Boatman and his colleagues (1972b) also discovered an increased occurrence of other genitourinary anomalies associated with a horseshoe kidney. Hypospadias and undescended testes occurred in 4% of males, and a bicornuate uterus or septate vagina or both were noted in 7% of the females.

Duplication of the ureter occurs in 10% of cases (Zondek and Zondek, 1964; Boatman et al, 1972b); in some cases this has been associated with an ectopic ureterocele (see Fig. 117–16).
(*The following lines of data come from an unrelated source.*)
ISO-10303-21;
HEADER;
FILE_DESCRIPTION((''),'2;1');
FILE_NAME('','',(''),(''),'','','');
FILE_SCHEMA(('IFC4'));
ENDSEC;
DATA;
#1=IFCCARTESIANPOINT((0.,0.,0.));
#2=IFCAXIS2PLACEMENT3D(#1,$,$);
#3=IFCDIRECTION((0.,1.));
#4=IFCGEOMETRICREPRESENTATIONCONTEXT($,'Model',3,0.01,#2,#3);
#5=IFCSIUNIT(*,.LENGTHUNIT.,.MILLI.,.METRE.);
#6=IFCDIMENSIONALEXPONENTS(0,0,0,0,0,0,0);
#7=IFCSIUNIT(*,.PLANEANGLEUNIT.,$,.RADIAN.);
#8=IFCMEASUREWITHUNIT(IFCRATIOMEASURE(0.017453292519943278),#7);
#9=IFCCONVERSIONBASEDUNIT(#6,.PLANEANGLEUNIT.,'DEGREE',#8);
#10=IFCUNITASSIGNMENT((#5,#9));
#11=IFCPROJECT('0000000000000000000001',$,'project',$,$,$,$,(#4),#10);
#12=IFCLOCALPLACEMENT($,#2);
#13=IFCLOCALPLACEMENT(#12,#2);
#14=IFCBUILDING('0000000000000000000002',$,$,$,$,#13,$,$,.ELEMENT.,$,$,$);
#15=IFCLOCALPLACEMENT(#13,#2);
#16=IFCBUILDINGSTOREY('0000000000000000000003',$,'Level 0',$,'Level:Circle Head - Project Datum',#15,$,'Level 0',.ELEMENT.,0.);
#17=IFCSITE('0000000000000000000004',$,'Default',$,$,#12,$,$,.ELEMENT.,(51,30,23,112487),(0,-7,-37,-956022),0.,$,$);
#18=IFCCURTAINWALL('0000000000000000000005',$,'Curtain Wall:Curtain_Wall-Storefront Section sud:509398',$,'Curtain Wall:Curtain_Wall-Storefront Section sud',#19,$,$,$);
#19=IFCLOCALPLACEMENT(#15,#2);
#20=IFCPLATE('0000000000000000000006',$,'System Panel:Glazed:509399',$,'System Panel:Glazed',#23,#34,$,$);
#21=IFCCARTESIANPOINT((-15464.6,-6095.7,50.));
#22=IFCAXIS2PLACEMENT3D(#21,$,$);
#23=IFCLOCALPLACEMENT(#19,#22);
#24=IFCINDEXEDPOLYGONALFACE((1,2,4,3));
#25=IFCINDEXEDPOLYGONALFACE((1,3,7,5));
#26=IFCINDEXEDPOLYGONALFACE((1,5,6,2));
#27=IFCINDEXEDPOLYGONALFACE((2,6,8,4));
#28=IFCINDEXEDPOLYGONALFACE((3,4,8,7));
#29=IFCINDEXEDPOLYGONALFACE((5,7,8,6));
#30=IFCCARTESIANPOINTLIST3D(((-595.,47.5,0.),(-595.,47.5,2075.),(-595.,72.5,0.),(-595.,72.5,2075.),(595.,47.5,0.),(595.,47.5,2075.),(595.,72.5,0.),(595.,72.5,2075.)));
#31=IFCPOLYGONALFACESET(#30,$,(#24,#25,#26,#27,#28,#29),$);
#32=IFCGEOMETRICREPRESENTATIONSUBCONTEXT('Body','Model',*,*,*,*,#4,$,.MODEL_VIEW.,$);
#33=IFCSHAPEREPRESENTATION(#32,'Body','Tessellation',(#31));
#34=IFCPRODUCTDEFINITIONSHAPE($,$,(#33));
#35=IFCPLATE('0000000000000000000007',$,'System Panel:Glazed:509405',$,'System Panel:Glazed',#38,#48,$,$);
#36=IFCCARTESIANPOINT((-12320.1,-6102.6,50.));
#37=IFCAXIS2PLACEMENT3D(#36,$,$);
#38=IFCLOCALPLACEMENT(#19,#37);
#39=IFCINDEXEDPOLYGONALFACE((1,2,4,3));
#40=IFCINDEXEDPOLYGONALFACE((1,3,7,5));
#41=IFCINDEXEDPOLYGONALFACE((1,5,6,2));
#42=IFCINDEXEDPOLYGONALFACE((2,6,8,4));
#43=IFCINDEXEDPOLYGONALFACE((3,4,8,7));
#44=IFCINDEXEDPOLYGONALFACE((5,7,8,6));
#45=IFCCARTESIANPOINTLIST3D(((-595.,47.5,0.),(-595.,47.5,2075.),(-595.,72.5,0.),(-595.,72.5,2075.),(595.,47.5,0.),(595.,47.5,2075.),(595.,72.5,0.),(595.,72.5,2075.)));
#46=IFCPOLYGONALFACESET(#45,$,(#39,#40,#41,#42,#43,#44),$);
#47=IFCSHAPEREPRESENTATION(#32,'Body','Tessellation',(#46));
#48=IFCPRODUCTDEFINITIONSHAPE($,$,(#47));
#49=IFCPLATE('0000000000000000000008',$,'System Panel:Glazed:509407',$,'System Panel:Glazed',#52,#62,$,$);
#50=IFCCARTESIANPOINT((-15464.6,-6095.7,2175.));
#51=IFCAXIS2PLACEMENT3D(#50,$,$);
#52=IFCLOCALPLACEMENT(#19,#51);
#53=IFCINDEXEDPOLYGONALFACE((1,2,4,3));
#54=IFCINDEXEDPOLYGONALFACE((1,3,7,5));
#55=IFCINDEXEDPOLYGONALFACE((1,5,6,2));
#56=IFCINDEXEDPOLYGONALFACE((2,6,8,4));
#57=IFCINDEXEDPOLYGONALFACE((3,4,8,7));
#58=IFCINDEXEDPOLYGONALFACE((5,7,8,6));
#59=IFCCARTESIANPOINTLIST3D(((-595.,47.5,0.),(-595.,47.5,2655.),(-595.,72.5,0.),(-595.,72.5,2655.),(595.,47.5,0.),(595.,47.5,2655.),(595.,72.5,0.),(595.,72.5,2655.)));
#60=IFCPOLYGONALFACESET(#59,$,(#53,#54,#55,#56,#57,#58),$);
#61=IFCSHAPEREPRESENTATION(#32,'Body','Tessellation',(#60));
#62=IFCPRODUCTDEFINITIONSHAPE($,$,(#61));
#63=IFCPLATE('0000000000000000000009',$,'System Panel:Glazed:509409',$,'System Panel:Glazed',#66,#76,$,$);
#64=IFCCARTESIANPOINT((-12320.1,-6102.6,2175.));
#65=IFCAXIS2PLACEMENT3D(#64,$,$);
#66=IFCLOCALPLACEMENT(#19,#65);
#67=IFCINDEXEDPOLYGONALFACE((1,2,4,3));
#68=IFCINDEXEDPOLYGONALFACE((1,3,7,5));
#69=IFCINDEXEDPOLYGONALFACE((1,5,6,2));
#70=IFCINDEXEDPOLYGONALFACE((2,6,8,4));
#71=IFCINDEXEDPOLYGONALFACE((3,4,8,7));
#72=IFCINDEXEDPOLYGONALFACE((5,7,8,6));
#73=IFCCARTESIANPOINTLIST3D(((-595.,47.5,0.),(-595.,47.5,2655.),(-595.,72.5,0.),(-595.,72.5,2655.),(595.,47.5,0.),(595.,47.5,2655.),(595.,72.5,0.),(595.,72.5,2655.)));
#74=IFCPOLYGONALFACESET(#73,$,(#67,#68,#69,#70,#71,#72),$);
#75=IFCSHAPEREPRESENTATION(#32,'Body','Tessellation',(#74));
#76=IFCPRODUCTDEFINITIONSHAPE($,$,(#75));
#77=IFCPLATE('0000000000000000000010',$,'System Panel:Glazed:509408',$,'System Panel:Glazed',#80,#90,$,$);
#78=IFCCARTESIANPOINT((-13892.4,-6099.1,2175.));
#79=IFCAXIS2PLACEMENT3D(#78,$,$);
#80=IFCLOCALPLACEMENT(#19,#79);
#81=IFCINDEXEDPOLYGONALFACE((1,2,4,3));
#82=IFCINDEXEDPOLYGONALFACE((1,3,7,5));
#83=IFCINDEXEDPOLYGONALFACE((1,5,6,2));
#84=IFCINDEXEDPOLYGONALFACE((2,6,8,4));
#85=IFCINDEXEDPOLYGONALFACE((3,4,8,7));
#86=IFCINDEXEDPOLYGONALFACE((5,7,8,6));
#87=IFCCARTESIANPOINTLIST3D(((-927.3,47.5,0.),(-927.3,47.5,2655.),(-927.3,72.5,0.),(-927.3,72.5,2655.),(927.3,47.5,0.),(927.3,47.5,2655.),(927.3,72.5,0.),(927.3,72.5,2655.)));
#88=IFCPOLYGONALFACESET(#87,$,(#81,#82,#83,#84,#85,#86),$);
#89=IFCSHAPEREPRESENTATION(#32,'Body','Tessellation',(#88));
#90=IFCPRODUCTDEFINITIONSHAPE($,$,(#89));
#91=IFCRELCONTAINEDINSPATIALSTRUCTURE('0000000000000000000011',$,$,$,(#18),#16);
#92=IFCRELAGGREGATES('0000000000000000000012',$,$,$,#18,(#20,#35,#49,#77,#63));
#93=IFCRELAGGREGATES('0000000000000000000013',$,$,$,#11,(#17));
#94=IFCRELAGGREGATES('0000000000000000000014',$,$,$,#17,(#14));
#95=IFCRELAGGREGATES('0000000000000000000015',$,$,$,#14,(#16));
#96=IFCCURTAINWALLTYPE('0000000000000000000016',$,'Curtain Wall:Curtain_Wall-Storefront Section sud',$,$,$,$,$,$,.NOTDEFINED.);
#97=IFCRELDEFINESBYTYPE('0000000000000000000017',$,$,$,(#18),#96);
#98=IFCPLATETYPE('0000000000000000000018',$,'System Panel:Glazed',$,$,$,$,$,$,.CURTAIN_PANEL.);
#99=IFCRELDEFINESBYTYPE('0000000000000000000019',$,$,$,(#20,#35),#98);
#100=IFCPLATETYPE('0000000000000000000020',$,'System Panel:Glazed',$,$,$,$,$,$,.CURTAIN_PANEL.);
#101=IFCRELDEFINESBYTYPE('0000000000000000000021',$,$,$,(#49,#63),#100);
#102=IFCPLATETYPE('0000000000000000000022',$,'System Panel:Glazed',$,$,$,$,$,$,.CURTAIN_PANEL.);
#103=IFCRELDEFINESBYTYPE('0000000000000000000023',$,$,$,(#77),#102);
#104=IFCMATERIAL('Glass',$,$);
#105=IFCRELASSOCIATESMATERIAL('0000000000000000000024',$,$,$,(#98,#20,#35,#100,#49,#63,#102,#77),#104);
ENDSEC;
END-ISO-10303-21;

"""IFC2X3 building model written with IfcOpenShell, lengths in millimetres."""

from ifc_helpers import new_model, entity, si_unit, converted_unit, direction, frame, frame_2d, origin, origin_2d_with_axis, place, context, subcontext, project, spatial, rectangle, extrude, source, transform, mapped, material, type_object, type_shapes, element, aggregate, save


model = new_model("IFC2X3")

# Units and contexts
model_context = context("Model", 3, precision=0.01, world=origin(), true_north=direction((0.0, 1.0)))
body_context = subcontext(model_context, "Body", "Model", "MODEL_VIEW")
ifc_project = project(units=[si_unit("LENGTHUNIT", "METRE", prefix="MILLI"), converted_unit("PLANEANGLEUNIT", "DEGREE", entity("IfcRatioMeasure", 0.017453292519943278), si_unit("PLANEANGLEUNIT", "RADIAN"), dimensions=[0, 0, 0, 0, 0, 0, 0])], contexts=[model_context])

# Site, building, storey
site_placement = place(None, origin())
site = spatial("IfcSite", under=ifc_project, at=site_placement, Name="Default", CompositionType="ELEMENT", RefLatitude=(51, 30, 23, 112487), RefLongitude=(0, -7, -37, -956022), RefElevation=0.0)
building_placement = place(site_placement, origin())
building = spatial("IfcBuilding", under=site, at=building_placement, CompositionType="ELEMENT")
storey_placement = place(building_placement, origin())
storey = spatial("IfcBuildingStorey", under=building, at=storey_placement, Name="Level 0", ObjectType="Level:Circle Head - Project Datum", LongName="Level 0", CompositionType="ELEMENT", Elevation=0.0)

# Curtain wall, plates
curtain_wall_type = type_object("IfcCurtainWallType", Name="Curtain Wall:Curtain_Wall-Storefront Section sud", PredefinedType="NOTDEFINED")
curtain_wall_placement = place(storey_placement, origin())
curtain_wall = element("IfcCurtainWall", 1, at=curtain_wall_placement, inside=storey, type_object=curtain_wall_type, Name="Curtain Wall:Curtain_Wall-Storefront Section sud:509398", ObjectType="Curtain Wall:Curtain_Wall-Storefront Section sud")
ifc_material_1 = material(Name="Glass")
plate_type_1 = type_object("IfcPlateType", Name="System Panel:Glazed", PredefinedType="CURTAIN_PANEL", material=ifc_material_1)
shared_shape_1 = source(origin(), body_context, "Body", "SweptSolid", [
    extrude(rectangle(XDim=25.0, YDim=1190.0, at=origin_2d_with_axis()), frame((0.0, 60.0, 0.0), z_axis=(0.0, 0.0, 1.0), x_axis=(0.0, 1.0, 0.0)), (0.0, 0.0, 1.0), 2075.0),
])
type_shapes(plate_type_1, [shared_shape_1])
plate_1_placement = place(curtain_wall_placement, frame((-15464.6, -6095.7, 50.0)))
plate_1 = element("IfcPlate", 2, at=plate_1_placement, type_object=plate_type_1, material=ifc_material_1, Name="System Panel:Glazed:509399", ObjectType="System Panel:Glazed", context=body_context, shape_type="MappedRepresentation", body=[
    mapped(shared_shape_1, transform((0.0, 0.0, 0.0), scale=1.0)),
])
plate_2_placement = place(curtain_wall_placement, frame((-12320.1, -6102.6, 50.0)))
plate_2 = element("IfcPlate", 3, at=plate_2_placement, type_object=plate_type_1, material=ifc_material_1, Name="System Panel:Glazed:509405", ObjectType="System Panel:Glazed", context=body_context, shape_type="MappedRepresentation", body=[
    mapped(shared_shape_1, transform((0.0, 0.0, 0.0), scale=1.0)),
])
plate_type_2 = type_object("IfcPlateType", Name="System Panel:Glazed", PredefinedType="CURTAIN_PANEL", material=ifc_material_1)
shared_shape_2 = source(origin(), body_context, "Body", "SweptSolid", [
    extrude(rectangle(XDim=25.0, YDim=1190.0, at=frame_2d((0.0, 0.0), x_axis=(1.0, 0.0))), frame((0.0, 60.0, 0.0), z_axis=(0.0, 0.0, 1.0), x_axis=(0.0, 1.0, 0.0)), (0.0, 0.0, 1.0), 2655.0),
])
type_shapes(plate_type_2, [shared_shape_2])
plate_3_placement = place(curtain_wall_placement, frame((-15464.6, -6095.7, 2175.0)))
plate_3 = element("IfcPlate", 4, at=plate_3_placement, type_object=plate_type_2, material=ifc_material_1, Name="System Panel:Glazed:509407", ObjectType="System Panel:Glazed", context=body_context, shape_type="MappedRepresentation", body=[
    mapped(shared_shape_2, transform((0.0, 0.0, 0.0), scale=1.0)),
])
plate_4_placement = place(curtain_wall_placement, frame((-12320.1, -6102.6, 2175.0)))
plate_4 = element("IfcPlate", 5, at=plate_4_placement, type_object=plate_type_2, material=ifc_material_1, Name="System Panel:Glazed:509409", ObjectType="System Panel:Glazed", context=body_context, shape_type="MappedRepresentation", body=[
    mapped(shared_shape_2, transform((0.0, 0.0, 0.0), scale=1.0)),
])
plate_type_3 = type_object("IfcPlateType", Name="System Panel:Glazed", PredefinedType="CURTAIN_PANEL", material=ifc_material_1)
shared_shape_3 = source(origin(), body_context, "Body", "SweptSolid", [
    extrude(rectangle(XDim=25.0, YDim=1854.5, at=frame_2d((0.0, 0.0), x_axis=(1.0, 0.0))), frame((0.0, 60.0, 0.0), z_axis=(0.0, 0.0, 1.0), x_axis=(0.0, 1.0, 0.0)), (0.0, 0.0, 1.0), 2655.0),
])
type_shapes(plate_type_3, [shared_shape_3])
plate_5_placement = place(curtain_wall_placement, frame((-13892.4, -6099.1, 2175.0)))
plate_5 = element("IfcPlate", 6, at=plate_5_placement, type_object=plate_type_3, material=ifc_material_1, Name="System Panel:Glazed:509408", ObjectType="System Panel:Glazed", context=body_context, shape_type="MappedRepresentation", body=[
    mapped(shared_shape_3, transform((0.0, 0.0, 0.0), scale=1.0)),
])
aggregate(curtain_wall, [plate_1, plate_2, plate_3, plate_5, plate_4])

save(model, "model.ifc")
Vesicoureteral reflux has been noted in more than half of affected individuals (Segura et al, 1972; Pitts and Muecke, 1975; Cascio et al, 2002). UPJ dilation has been seen in over 20%, but on diuretic radionuclide scintigraphy, less than 20% have an obstructive pattern (Cascio et al, 2002; Kao et al, 2003). Cystic disease, including multicystic dysplasia in one half (the upper pole) of one side (Novak et al, 1977; Boullier et al, 1992) and the lower pole of one side (Shapiro, personal communication), and adult polycystic kidney disease, have been reported with horseshoe kidney (Gutierrez, 1934; Campbell, 1970; Pitts and Muecke, 1975; Correa and Paton, 1976). DMSA scanning in 22 patients revealed asymmetrical function in 63% (Kao et al, 2003). Stone formation has been commonly seen in horseshoe kidney. Metabolic stone evaluation in 11 of 37 of these stone formers revealed at least one abnormality in all cases, with an average of 2.68 abnormalities per 24-hour urine collection. Hypovolemia, hypercalciuria, and hypocitraturia were the most common metabolic defects (Raj et al, 2004). Because stone formation in the horseshoe kidney is likely due to an anatomic and metabolic etiology, metabolic evaluation should be performed to reduce the risk of recurrent calculus formation.

Symptoms

With increased ultrasound screening for renal anomalies, it is likely that at least 50% with horseshoe kidneys are asymptomatic rather than the 33% incidence previously reported (Glenn, 1959; Kolln et al, 1972). In most instances, the anomaly is an incidental finding at autopsy (Pitts and Muecke, 1975). Symptoms are typically related to hydronephrosis, infection, or calculus formation. The most common symptom is vague abdominal pain that may radiate to the lower lumbar region. Gastrointestinal complaints may also be present. The Rovsing sign is used to elicit right lower quadrant pain of appendicitis when pushing on the left lower quadrant by stretching the peritoneum. It is also used to describe patients with horseshoe kidney who have abdominal pain, nausea, and vomiting on hyperextension of the spine. UTIs occur in 30% of patients, and calculi have been noted in 20% to 80% (Glenn, 1959; Kolln et al, 1972; Pitts and Muecke, 1975; Evans and Resnick, 1981; Sharma and Bapna, 1986; Benchekroun et al, 1998). Five to 10 percent of horseshoe kidneys are confirmed after palpation of an abdominal mass (Glenn, 1959; Kolln et al, 1972).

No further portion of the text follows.